In this blog post, we're going to do just that: use the item search API to find missing images by comparing matrix color options to images objects returned.

I'm going to use this opportunity to talk more about a number of things, namely:

Search parameters
Field sets, and specifying only the fields you need to improve performance
Page limits and pagination
The use of callbacks instead of (the now deprecated) synchronous AJAX flag

They'll be other stuff too. While a lot of these topics have already been covered before in other blog posts, I feel like it might be a good opportunity to go over a few of them again, which may be useful for beginners or those unfamiliar with the search API.

By the end of this post, we will have learned more about the API and written a script that will let us find what items on our site are missing images!

An animated GIF of a web browser's developer console. It runs the code defined in this article, and then outputs an array of items that are missing images.

Note that this script works by traversing through pages of results from the item search API. Therefore, there is a hard limit of 5,000 items that can be returned by a query.
If your web store has more than 5,000 items, you will not be able to check your entire inventory unless you use an alternative query. For example, if your site is neatly segmented into a taxonomy, you can query each of your commerce categories to build up a complete picture.

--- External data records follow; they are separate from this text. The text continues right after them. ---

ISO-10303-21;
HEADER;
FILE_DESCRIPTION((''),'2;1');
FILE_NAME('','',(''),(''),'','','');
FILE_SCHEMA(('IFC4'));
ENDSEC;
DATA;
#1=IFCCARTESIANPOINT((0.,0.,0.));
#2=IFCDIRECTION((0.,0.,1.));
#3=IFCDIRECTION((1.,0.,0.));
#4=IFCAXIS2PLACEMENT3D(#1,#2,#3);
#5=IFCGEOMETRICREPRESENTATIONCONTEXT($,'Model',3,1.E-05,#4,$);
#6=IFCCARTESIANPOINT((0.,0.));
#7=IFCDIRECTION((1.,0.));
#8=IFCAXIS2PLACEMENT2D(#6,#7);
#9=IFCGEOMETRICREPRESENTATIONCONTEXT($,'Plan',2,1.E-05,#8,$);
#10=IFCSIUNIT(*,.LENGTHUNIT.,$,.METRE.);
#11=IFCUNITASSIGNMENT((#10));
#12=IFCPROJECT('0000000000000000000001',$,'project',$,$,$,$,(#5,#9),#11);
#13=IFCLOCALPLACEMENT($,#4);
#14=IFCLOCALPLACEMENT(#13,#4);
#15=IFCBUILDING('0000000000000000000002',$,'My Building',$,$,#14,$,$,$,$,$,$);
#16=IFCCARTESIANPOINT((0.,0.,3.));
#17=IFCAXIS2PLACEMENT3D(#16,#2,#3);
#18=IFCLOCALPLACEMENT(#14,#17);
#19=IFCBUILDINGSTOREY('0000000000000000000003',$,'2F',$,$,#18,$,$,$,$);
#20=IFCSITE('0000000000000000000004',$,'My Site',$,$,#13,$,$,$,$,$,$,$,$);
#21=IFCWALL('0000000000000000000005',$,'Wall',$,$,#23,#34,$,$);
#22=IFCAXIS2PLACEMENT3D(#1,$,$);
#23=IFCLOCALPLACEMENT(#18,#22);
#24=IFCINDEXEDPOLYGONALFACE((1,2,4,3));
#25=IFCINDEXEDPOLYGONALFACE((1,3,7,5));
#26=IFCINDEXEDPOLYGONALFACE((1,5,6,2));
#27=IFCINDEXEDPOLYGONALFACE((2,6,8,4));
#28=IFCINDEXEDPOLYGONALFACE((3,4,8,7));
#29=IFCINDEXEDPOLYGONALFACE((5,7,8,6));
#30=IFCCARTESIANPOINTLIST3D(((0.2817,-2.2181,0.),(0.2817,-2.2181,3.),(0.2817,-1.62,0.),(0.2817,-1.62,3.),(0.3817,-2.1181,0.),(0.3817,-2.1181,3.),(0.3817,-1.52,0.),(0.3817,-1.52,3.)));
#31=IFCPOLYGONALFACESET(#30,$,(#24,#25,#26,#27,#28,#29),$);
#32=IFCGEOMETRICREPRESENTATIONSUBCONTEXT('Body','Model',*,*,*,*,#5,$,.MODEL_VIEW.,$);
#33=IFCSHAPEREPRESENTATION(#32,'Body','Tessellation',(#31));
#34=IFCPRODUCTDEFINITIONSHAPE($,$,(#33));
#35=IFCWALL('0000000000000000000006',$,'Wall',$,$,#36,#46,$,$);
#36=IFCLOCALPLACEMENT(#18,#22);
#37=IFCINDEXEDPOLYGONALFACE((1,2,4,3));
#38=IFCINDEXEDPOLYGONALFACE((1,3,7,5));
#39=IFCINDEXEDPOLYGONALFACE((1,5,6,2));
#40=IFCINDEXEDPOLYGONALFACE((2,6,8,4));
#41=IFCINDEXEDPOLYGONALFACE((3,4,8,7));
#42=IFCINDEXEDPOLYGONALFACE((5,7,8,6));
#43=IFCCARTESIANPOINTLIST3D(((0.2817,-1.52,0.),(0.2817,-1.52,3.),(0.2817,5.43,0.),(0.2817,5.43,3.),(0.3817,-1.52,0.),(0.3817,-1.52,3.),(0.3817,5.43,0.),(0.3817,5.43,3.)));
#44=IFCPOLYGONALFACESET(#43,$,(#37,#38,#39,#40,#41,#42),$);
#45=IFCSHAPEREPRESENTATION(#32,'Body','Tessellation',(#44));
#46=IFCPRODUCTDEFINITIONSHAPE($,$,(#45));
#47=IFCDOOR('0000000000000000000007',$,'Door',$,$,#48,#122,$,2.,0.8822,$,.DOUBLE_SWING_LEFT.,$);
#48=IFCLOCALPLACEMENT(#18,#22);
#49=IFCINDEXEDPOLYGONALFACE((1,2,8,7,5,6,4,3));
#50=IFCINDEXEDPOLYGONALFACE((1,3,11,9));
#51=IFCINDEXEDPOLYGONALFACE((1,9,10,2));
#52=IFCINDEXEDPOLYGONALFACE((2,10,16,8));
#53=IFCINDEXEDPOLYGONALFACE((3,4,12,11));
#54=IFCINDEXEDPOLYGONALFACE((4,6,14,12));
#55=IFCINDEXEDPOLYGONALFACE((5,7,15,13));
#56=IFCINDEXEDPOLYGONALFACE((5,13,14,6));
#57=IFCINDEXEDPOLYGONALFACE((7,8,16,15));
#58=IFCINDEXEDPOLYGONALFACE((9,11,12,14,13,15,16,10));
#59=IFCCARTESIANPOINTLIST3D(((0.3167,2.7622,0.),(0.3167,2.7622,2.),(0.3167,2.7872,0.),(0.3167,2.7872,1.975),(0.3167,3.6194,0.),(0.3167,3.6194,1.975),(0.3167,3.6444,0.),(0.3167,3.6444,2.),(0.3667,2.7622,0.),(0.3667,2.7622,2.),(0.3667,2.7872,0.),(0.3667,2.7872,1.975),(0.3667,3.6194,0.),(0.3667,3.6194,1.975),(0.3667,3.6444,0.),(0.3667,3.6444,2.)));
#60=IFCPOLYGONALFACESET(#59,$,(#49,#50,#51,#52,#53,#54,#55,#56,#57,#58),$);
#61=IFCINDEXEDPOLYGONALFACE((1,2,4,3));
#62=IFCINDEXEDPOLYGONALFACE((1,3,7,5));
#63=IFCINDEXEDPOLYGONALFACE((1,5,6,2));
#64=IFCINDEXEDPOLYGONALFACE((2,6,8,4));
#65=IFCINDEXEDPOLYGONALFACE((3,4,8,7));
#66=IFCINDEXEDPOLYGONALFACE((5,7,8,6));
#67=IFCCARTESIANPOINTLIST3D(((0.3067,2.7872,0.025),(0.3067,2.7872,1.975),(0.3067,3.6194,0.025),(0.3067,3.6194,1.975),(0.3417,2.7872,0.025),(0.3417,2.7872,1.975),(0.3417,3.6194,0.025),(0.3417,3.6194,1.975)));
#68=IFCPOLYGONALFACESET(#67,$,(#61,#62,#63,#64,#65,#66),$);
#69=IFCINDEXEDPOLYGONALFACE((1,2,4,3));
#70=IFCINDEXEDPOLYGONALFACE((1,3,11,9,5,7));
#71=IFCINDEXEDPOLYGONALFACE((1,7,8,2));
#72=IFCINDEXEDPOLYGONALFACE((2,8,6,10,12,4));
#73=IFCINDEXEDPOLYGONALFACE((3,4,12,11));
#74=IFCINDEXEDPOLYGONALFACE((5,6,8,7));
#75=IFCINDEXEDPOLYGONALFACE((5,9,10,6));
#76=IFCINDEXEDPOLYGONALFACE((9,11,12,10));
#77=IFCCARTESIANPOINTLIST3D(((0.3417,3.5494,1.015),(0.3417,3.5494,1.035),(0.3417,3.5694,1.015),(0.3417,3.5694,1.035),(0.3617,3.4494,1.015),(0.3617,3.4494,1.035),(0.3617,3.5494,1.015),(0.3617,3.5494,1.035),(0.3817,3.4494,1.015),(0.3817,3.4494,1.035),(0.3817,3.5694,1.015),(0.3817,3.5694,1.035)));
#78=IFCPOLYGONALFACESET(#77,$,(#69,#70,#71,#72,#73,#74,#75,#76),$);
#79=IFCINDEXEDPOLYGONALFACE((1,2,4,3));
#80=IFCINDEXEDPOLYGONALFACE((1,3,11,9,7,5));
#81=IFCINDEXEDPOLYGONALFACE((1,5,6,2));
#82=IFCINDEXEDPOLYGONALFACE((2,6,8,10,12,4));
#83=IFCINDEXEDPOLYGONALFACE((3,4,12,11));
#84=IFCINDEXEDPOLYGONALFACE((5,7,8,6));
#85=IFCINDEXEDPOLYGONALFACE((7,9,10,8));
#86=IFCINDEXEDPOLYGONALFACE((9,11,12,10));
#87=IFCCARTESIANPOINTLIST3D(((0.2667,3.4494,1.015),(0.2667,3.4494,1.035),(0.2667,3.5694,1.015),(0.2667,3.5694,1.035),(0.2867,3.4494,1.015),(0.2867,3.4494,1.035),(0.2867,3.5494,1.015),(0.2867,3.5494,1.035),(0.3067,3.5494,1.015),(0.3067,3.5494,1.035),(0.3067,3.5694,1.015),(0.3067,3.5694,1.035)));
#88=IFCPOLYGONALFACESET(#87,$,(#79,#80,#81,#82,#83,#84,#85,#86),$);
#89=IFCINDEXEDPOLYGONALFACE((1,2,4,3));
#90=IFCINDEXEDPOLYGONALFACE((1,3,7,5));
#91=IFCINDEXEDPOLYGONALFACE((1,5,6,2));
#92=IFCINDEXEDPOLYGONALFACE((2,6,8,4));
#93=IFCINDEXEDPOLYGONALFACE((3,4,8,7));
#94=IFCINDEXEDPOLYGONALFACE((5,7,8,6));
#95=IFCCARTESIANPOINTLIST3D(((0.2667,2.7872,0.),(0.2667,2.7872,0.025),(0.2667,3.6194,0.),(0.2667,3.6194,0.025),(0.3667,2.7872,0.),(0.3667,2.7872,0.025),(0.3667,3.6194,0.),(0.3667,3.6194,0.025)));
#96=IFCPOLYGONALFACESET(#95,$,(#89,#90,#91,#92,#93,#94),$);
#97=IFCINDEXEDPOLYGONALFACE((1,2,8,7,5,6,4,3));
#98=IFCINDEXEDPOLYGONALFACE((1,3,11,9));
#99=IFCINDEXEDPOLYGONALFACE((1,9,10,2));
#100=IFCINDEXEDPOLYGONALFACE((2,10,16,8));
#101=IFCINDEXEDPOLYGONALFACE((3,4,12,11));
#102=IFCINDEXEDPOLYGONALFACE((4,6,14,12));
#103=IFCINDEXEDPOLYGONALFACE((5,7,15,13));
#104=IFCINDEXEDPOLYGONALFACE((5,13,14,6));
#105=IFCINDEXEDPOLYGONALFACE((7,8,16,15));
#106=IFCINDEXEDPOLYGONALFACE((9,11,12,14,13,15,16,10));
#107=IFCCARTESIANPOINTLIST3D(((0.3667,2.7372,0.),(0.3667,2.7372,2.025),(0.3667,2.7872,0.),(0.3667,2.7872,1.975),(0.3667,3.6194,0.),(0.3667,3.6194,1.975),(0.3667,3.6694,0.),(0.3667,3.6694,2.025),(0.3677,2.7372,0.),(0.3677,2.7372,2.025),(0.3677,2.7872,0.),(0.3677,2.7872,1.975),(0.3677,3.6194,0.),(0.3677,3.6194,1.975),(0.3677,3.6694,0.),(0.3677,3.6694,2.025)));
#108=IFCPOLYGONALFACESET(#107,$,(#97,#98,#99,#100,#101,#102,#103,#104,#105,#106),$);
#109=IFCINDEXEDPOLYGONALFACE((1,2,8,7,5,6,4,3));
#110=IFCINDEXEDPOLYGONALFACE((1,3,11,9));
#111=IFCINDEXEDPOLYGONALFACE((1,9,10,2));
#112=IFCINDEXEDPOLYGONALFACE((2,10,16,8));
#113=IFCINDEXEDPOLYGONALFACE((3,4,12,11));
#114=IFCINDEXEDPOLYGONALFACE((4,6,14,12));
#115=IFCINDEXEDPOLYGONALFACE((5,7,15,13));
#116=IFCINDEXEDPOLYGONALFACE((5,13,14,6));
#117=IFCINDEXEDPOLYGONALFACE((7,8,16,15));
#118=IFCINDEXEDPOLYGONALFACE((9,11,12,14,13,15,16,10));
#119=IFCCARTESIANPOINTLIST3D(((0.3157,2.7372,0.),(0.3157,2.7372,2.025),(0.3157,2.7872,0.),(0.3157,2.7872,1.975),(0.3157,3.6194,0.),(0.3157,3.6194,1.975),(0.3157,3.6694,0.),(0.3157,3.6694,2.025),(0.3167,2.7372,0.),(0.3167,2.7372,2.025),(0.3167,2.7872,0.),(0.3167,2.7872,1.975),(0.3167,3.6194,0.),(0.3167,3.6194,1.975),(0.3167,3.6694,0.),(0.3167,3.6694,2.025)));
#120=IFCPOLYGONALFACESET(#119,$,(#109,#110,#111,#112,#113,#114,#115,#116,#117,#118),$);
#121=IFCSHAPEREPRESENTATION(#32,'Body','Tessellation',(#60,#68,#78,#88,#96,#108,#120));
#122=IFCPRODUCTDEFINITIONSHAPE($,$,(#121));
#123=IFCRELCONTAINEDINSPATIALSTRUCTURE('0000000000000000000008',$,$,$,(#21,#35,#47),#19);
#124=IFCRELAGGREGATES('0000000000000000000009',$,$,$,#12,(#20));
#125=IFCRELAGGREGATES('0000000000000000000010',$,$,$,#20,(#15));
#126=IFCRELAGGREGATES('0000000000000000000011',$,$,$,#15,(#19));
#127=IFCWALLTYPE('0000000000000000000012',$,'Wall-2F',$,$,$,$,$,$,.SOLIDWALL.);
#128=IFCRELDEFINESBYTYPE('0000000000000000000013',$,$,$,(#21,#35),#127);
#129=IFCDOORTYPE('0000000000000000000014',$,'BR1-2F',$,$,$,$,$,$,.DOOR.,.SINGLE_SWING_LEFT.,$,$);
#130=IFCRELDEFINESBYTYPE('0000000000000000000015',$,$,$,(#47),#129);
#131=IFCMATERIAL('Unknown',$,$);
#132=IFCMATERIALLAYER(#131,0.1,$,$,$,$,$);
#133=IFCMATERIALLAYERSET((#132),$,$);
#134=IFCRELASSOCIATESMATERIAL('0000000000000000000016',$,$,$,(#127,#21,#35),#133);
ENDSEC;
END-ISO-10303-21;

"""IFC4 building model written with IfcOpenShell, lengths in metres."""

from ifc_helpers import new_model, entity, si_unit, frame, origin_with_axes, origin_2d_with_axis, place, context, subcontext, project, spatial, line, indexed_curve, outline, extrude, shape, source, transform, mapped, material, layer, layer_set, layer_usage, type_object, type_shapes, element, save


model = new_model("IFC4")

# Units and contexts
model_context = context("Model", 3, precision=1e-05, world=origin_with_axes())
plan_context = context("Plan", 2, precision=1e-05, world=origin_2d_with_axis())
body_context_1 = subcontext(model_context, "Body", "Model", "MODEL_VIEW")
body_context_2 = subcontext(plan_context, "Body", "Plan", "PLAN_VIEW")
ifc_project = project(units=[si_unit("LENGTHUNIT", "METRE")], contexts=[model_context, plan_context])

# Site, building, storey
site_placement = place(None, origin_with_axes())
site = spatial("IfcSite", under=ifc_project, at=site_placement, Name="My Site")
building_placement = place(site_placement, origin_with_axes())
building = spatial("IfcBuilding", under=site, at=building_placement, Name="My Building")
storey_placement = place(building_placement, frame((0.0, 0.0, 3.0), z_axis=(0.0, 0.0, 1.0), x_axis=(1.0, 0.0, 0.0)))
storey = spatial("IfcBuildingStorey", under=building, at=storey_placement, Name="2F")

# Shared definitions
ifc_material = material(Name="Unknown")

# Shared definitions
ifc_layer_1 = layer(ifc_material, 0.1)
ifc_layer_set_1 = layer_set([ifc_layer_1])
wall_type_1 = type_object("IfcWallType", Name="Wall-2F", PredefinedType="SOLIDWALL", material=ifc_layer_set_1)

# Walls
ifc_layer_usage_1 = layer_usage(ifc_layer_set_1, "AXIS2", "POSITIVE", 0.0)
wall_1_placement = place(storey_placement, frame((0.2817, -1.62, 0.0), z_axis=(0.0, 0.0, 1.0), x_axis=(0.0, -1.0, 0.0)))
element("IfcWall", 1, at=wall_1_placement, inside=storey, type_object=wall_type_1, material=ifc_layer_usage_1, Name="Wall", context=body_context_1, shape_type="SweptSolid", body=[
    extrude(outline(indexed_curve([(0.0, 0.0), (-0.1, 0.1), (0.4981, 0.1), (0.5981, 0.0)], segments=[line(1, 2, 3, 4, 1)])), origin_with_axes(), (0.0, 0.0, 1.0), 3.0),
])
ifc_layer_usage_2 = layer_usage(ifc_layer_set_1, "AXIS2", "POSITIVE", 0.0)
wall_2_placement = place(storey_placement, frame((0.3817, -1.52, 0.0), z_axis=(0.0, 0.0, 1.0), x_axis=(0.0, 1.0, 0.0)))
element("IfcWall", 2, at=wall_2_placement, inside=storey, type_object=wall_type_1, material=ifc_layer_usage_2, Name="Wall", context=body_context_1, shape_type="SweptSolid", body=[
    extrude(outline(indexed_curve([(0.0, 0.0), (0.0, 0.1), (6.95, 0.1), (6.95, 0.0)], segments=[line(1, 2, 3, 4, 1)])), origin_with_axes(), (0.0, 0.0, 1.0), 3.0),
])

The full code for this sample code can be found in GitHub

Item Search API Basics

The API is well-documented. You can see in the docs that there are a number of areas that we cover, namely the items that are available, the base URL, the input parameters, and the request/response. There isn't much for me to say about this stuff — the recommendation is that you read all of the pages involved if you want to know more.

The short story is:

The API has access to your inventory items
It is RESTful, which means that it responds to HTTP requests (specifically GET requests)
So, you hit a particular URL and depending on the content of the URL, it will send back data as a response
The URL is formed of two parts: the base URL (which is your site's home touchpoint followed by /api/items) and URL parameters (which specify the type of data you want back)
The data returned is a JSON object with two main properties: a count of the number of items that match the query (total), and an array of inventory items (items)
Each item returned is an object with all the fields that are included in the specified field set or fields specified in the URL

The proper use of field sets is something we've looked at before because it effects performance. Using a field set that has a lot of fields in it take longer to run because it must grab more data from NetSuite before sending it to you; typically, therefore, you specify only the fields you need, or make efforts to slim down your field set.

If you want to make a call to the items API in your code, you typically do not need to write the call to API yourself: we have code you can use. For example, you can use our models and collections to get that data.

However, if you want to experiment, or use the API for something novel — like looking for missing images, then you can your browser's console to construct the request URL and work with the response JSON. And that's precisely what we're going to do.

Set Basic Variables

OK, so, let's look at the code.

To start, I'm going to set some variables that I'm going to use throughout the script. Remember, we're not coding a module or extension here: this is just a simple script, so you can store it wherever you want.

// Useful variables
var limit = 100 // The maximum results we can get back at once from the API is 100 items, so we force it to that value
, offset = 0 // This is to create pages in the results, so we can step through the results
, itemCount = 0
, noImages = [] // Where we're going to store the results

So, we start with the limit. The search API will only return a maximum of 100 items in the items object, even if there are more (keep in mind the total property does not always match the the number of items in the items object). The default is much lower, so we're going to force it to 100 so that we can process more items at once.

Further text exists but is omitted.